Я не мог знать объем околопредельных нагрузок и все время переступал границу допустимого. А как уберечься, если этого никто не знает? Даже в научных журналах я нашел лишь самые общие рассуждения. Практическая ценность их была равна нулю, как и консультации у ведущих спортивных специалистов.

Спутник экстремальных нагрузок – физическое перенапряжение. К этому я был готов и на это шел сознательно. О том, что экстремальные нагрузки сверхактивно воздействуют и на нервную систему, я узнал потом.

Знакомство с научной литературой убедило, что ей недостает фактов. Возможно, не подоспело время. Возможно, опыт ставить не решались. Прежде всего, это означало опыт на человеке. И опыт суровый, если не сказать больше. Впрочем, в риске ли дело? К тому же объем подобного эксперимента для одного подопытного чрезмерен – вскоре я тоже в этом убедился. Да и имел ли кто право на такой опыт?

Опыт на самом себе – других путей исследования положительного эффекта комплекса экстремальных факторов пока не существовало. И я погрузился в испытания экстремальных тренировок…

Просыпаюсь неожиданно. Лежу и разглядываю комнату. Еще одна гостиница. Что ждет здесь?..

Поречьев не звонил. Значит, спит. Намаялся за эти дни. Из Оулу прилетели двенадцать часов назад. Маленький двухмоторный «Метрополитен» протащил нас с севера на юг почти через всю Финляндию. В самолет попали прямо из спортивного зала, едва смыв в душевой пот.

Поворачиваюсь к окну.
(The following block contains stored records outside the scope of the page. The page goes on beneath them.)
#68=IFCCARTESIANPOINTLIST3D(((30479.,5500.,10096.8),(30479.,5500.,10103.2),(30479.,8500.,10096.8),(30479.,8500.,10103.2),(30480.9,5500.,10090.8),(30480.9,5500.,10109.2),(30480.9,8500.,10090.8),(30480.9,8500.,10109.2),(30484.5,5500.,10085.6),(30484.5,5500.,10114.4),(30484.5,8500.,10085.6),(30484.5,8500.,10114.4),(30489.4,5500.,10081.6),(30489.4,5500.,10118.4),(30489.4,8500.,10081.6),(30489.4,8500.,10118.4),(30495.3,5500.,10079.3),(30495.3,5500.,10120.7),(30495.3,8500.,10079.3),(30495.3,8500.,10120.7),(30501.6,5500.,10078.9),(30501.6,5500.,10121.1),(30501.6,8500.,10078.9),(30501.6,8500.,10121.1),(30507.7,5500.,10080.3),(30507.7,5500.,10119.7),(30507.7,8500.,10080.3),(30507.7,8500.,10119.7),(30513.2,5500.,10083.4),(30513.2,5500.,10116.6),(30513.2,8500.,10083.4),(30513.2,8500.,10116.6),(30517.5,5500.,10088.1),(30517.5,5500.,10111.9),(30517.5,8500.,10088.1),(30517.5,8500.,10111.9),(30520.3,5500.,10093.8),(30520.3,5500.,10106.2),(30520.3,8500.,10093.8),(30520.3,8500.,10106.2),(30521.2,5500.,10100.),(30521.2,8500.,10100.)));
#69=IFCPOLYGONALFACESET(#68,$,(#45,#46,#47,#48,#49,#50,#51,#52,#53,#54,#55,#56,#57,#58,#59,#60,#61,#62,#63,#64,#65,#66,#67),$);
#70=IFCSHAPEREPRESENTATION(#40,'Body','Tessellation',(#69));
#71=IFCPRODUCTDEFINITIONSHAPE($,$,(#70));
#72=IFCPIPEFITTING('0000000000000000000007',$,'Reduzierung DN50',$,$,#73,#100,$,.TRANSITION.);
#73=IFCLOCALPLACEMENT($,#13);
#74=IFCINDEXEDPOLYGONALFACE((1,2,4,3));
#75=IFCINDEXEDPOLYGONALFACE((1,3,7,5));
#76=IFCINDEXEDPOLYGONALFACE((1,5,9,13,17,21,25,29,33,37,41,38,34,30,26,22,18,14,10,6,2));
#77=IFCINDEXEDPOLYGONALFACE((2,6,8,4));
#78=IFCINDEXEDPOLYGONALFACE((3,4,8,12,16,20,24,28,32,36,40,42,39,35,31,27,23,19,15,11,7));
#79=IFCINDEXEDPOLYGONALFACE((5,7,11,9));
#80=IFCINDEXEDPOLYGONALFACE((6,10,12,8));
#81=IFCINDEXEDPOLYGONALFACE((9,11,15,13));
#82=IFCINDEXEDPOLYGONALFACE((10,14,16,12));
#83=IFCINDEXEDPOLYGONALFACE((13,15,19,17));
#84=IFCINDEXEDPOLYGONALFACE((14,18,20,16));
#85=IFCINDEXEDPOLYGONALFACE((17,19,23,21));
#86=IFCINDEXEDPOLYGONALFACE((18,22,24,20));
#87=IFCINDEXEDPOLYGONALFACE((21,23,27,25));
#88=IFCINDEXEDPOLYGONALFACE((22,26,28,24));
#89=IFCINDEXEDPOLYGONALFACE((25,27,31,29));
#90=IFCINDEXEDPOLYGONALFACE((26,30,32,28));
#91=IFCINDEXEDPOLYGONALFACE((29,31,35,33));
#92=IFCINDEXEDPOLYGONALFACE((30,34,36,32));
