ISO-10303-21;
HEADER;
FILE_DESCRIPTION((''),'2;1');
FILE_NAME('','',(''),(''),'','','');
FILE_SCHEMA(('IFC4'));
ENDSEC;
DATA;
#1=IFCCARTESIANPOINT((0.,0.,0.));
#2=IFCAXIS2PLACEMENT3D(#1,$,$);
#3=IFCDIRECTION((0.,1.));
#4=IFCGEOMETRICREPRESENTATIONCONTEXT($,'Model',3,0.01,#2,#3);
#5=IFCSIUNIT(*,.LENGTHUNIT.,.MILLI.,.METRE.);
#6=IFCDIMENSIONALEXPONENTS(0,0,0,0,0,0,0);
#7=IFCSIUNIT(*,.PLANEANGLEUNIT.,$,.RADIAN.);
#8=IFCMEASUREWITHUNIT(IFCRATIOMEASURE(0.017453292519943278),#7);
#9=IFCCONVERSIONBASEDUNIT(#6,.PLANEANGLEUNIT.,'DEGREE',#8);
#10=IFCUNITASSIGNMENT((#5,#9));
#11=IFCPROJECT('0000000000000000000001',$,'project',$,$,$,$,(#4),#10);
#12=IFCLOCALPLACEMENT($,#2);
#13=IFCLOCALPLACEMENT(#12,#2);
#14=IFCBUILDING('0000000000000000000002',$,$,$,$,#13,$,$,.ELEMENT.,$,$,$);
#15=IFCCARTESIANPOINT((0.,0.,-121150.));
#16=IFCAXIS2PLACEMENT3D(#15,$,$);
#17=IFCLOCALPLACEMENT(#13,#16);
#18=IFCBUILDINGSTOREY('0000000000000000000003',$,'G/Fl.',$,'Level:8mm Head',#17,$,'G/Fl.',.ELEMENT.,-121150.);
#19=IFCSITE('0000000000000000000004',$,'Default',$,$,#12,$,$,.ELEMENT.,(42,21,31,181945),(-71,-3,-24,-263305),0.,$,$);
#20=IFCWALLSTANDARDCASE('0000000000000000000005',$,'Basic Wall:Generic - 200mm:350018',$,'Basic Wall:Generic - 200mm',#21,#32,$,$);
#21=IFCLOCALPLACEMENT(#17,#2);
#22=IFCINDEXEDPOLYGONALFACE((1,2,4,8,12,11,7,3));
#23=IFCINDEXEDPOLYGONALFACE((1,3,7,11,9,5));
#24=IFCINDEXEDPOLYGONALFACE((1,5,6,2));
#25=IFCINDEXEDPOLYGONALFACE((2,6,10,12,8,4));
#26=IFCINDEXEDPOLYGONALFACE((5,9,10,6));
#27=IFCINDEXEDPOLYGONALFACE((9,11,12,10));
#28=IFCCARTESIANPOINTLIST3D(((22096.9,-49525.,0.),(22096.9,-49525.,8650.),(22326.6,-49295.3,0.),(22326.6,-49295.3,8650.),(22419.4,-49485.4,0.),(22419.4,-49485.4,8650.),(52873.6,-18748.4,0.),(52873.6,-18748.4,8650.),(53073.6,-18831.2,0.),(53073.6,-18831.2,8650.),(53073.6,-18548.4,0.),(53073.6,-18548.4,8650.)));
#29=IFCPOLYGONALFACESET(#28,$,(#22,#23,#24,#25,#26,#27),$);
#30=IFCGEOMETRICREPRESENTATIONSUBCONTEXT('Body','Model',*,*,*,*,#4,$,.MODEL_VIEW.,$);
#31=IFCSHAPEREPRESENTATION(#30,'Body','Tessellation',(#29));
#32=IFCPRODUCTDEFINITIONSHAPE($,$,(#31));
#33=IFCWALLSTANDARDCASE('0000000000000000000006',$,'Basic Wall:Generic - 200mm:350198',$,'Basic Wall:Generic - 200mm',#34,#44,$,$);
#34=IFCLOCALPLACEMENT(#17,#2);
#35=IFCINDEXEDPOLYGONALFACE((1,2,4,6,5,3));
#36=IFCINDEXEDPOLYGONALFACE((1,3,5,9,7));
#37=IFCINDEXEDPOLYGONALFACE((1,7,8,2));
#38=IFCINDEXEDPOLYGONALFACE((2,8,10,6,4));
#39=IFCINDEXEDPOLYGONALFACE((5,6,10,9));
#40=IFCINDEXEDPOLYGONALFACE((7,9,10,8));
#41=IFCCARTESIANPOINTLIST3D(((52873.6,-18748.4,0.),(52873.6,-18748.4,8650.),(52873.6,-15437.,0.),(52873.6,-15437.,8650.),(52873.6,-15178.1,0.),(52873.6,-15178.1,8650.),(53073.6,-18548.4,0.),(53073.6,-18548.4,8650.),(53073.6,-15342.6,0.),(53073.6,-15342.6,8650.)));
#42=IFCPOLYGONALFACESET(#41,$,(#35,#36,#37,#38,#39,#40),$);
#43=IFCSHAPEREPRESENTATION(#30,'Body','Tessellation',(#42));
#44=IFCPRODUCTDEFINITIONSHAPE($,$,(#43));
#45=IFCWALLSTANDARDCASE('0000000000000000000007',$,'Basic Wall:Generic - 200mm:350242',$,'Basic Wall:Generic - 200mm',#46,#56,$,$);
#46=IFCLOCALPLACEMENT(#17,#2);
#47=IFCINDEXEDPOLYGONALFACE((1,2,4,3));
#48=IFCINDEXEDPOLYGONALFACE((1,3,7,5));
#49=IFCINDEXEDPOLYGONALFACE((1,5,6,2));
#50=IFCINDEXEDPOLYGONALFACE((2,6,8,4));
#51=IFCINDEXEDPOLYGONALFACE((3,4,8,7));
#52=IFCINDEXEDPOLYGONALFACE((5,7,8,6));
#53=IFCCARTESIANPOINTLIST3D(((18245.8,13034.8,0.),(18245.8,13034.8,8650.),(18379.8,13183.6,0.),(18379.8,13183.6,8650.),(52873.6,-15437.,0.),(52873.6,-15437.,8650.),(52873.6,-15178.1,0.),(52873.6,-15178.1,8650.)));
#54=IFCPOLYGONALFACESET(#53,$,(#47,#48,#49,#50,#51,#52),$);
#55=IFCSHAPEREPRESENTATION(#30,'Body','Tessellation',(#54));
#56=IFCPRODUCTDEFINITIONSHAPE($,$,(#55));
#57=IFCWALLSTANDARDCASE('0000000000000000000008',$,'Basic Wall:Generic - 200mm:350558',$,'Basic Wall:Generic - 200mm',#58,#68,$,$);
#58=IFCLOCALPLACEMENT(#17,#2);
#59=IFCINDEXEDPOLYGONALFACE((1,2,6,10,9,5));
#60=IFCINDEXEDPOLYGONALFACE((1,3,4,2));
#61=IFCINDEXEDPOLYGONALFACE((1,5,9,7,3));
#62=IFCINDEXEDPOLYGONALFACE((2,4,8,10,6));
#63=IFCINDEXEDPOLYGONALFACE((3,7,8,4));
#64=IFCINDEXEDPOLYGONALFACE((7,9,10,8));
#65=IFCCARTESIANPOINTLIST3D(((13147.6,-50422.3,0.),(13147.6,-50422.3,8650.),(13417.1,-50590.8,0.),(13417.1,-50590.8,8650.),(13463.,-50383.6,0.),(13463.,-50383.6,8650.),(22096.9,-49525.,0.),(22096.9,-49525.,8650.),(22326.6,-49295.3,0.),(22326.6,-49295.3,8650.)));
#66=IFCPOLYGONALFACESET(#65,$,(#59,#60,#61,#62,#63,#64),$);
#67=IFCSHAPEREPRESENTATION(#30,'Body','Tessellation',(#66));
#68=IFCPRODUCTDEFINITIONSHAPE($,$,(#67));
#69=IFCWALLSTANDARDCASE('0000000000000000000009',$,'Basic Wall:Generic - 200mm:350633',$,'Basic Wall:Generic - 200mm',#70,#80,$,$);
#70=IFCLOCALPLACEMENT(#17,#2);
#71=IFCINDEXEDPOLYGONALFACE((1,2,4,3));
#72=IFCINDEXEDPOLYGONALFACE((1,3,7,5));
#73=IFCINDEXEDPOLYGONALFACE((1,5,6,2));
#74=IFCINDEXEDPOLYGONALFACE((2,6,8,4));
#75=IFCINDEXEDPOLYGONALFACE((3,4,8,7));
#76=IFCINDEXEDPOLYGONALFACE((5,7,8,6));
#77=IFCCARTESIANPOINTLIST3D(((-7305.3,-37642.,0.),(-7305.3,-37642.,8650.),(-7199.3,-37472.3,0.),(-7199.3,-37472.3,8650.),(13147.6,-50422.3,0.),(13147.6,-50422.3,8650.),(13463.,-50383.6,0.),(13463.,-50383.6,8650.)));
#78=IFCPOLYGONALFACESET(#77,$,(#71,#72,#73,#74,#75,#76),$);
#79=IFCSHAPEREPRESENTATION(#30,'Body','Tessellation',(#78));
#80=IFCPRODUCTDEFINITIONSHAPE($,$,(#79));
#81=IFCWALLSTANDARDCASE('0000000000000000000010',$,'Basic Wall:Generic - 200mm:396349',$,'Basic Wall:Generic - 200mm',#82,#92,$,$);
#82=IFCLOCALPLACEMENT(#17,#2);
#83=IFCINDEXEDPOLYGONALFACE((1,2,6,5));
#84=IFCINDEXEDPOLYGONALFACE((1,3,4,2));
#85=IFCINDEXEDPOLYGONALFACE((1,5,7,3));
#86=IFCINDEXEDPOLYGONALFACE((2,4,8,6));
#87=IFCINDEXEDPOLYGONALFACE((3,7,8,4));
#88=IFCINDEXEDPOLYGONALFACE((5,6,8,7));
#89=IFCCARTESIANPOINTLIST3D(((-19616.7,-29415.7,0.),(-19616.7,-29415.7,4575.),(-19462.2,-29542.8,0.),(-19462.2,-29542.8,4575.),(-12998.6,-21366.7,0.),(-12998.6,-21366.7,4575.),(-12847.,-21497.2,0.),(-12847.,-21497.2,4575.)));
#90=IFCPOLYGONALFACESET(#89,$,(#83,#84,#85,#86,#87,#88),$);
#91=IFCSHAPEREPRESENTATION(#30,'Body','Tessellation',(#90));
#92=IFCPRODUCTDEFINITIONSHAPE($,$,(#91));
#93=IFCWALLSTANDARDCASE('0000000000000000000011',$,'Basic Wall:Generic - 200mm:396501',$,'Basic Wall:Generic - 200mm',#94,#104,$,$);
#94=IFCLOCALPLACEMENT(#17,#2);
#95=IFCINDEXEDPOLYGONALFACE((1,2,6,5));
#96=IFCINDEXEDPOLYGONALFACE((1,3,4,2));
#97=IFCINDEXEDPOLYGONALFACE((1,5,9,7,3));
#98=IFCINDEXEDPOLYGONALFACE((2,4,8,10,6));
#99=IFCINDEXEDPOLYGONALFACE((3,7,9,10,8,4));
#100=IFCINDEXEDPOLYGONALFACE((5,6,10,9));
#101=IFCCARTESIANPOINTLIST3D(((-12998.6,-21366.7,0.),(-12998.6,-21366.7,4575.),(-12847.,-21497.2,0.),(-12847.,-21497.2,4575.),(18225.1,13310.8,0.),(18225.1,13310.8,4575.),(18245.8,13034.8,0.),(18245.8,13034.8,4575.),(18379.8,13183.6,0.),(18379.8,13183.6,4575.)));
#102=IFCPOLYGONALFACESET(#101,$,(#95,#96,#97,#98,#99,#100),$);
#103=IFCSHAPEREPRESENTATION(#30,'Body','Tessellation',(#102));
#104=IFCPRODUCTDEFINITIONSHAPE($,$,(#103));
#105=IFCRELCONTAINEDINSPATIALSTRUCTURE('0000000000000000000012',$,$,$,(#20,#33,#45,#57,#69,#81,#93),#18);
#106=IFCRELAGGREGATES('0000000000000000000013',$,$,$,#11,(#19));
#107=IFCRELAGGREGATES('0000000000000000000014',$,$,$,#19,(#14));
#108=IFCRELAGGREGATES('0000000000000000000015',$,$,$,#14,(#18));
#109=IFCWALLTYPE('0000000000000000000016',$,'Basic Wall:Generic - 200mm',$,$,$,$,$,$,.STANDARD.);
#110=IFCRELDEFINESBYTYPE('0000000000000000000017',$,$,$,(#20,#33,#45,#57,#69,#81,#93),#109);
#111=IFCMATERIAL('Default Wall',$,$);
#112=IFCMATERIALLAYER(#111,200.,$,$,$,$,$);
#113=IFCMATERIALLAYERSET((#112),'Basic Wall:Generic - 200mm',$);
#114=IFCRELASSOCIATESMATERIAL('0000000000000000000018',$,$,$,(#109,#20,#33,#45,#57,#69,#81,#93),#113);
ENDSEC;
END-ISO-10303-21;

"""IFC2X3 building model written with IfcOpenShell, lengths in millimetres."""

from ifc_helpers import new_model, entity, si_unit, converted_unit, direction, frame, origin, place, context, subcontext, project, spatial, polyline, outline, extrude, material, layer, layer_set, layer_usage, type_object, element, save


model = new_model("IFC2X3")

# Units and contexts
model_context = context("Model", 3, precision=0.01, world=origin(), true_north=direction((0.0, 1.0)))
body_context = subcontext(model_context, "Body", "Model", "MODEL_VIEW")
ifc_project = project(units=[si_unit("LENGTHUNIT", "METRE", prefix="MILLI"), converted_unit("PLANEANGLEUNIT", "DEGREE", entity("IfcRatioMeasure", 0.017453292519943278), si_unit("PLANEANGLEUNIT", "RADIAN"), dimensions=[0, 0, 0, 0, 0, 0, 0])], contexts=[model_context])

# Site, building, storey
site_placement = place(None, origin())
site = spatial("IfcSite", under=ifc_project, at=site_placement, Name="Default", CompositionType="ELEMENT", RefLatitude=(42, 21, 31, 181945), RefLongitude=(-71, -3, -24, -263305), RefElevation=0.0)
building_placement = place(site_placement, origin())
building = spatial("IfcBuilding", under=site, at=building_placement, CompositionType="ELEMENT")
storey_placement = place(building_placement, frame((0.0, 0.0, -121150.0)))
storey = spatial("IfcBuildingStorey", under=building, at=storey_placement, Name="G/Fl.", ObjectType="Level:8mm Head", LongName="G/Fl.", CompositionType="ELEMENT", Elevation=-121150.0)

# Walls
ifc_material_1 = material(Name="Default Wall")
ifc_layer_1 = layer(ifc_material_1, 200.0)
ifc_layer_set_1 = layer_set([ifc_layer_1], Name="Basic Wall:Generic - 200mm")
ifc_layer_usage_1 = layer_usage(ifc_layer_set_1, "AXIS2", "NEGATIVE", 100.0)
wall_type = type_object("IfcWallType", Name="Basic Wall:Generic - 200mm", PredefinedType="STANDARD", material=ifc_layer_set_1)
wall_1_placement = place(storey_placement, frame((22167.6, -49595.7, 0.0), z_axis=(0.0, 0.0, 1.0), x_axis=(0.707107, 0.707107, 0.0)))
element("IfcWallStandardCase", 1, at=wall_1_placement, inside=storey, type_object=wall_type, material=ifc_layer_usage_1, Name="Basic Wall:Generic - 200mm:350018", ObjectType="Basic Wall:Generic - 200mm", context=body_context, shape_type="SweptSolid", body=[
    extrude(outline(polyline([(43607.6, -100.0), (43807.6, 100.0), (43524.7, 100.0), (324.9, 100.0), (0.0, 100.0), (256.0, -100.0), (43607.6, -100.0)])), origin(), (0.0, 0.0, 1.0), 8650.0),
])
wall_2_placement = place(storey_placement, frame((52973.6, -18748.4, 0.0), z_axis=(0.0, 0.0, 1.0), x_axis=(0.0, 1.0, 0.0)))
element("IfcWallStandardCase", 2, at=wall_2_placement, inside=storey, type_object=wall_type, material=ifc_layer_usage_1, Name="Basic Wall:Generic - 200mm:350198", ObjectType="Basic Wall:Generic - 200mm", context=body_context, shape_type="SweptSolid", body=[
    extrude(outline(polyline([(3405.8, -100.0), (3570.3, 100.0), (3311.3, 100.0), (0.0, 100.0), (200.0, -100.0), (3405.8, -100.0)])), origin(), (0.0, 0.0, 1.0), 8650.0),
])
wall_3_placement = place(storey_placement, frame((52937.1, -15359.8, 0.0), z_axis=(0.0, 0.0, 1.0), x_axis=(-0.772424, 0.635107, 0.0)))
element("IfcWallStandardCase", 3, at=wall_3_placement, inside=storey, type_object=wall_type, material=ifc_layer_usage_1, Name="Basic Wall:Generic - 200mm:350242", ObjectType="Basic Wall:Generic - 200mm", context=body_context, shape_type="SweptSolid", body=[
Опять грядет серый денек…

Раздумываю о Поречьеве. Меня задевает его непреклонность. Самые суровые решения принимает без тени сомнений. Впрочем, что ему до меня? Мы, атлеты, приходим и уходим. Каждый из нас – всего лишь ступень в освоении результатов, новая сумма килограммов в таблице рекордов.

Я вижу, как раскачиваются верхушки деревьев, и ветер высеивает мелкие брызги на стекла. Тучи держат в осаде небо. Во Франции и здесь – дожди, дожди…

Вчера на взвешивании я потянул сто двадцать пять килограммов. В Москве даже в экстремальных тренировках мне удавалось держать вес под сто сорок килограммов – выручал режим. А сейчас? Вместо сна – приемы, интервью, переезды, новые гостиницы, толчея, случайное питание. Рекорд просто невозможен в таком состоянии. И все выступления это доказывают. Избился в попытках взять вес.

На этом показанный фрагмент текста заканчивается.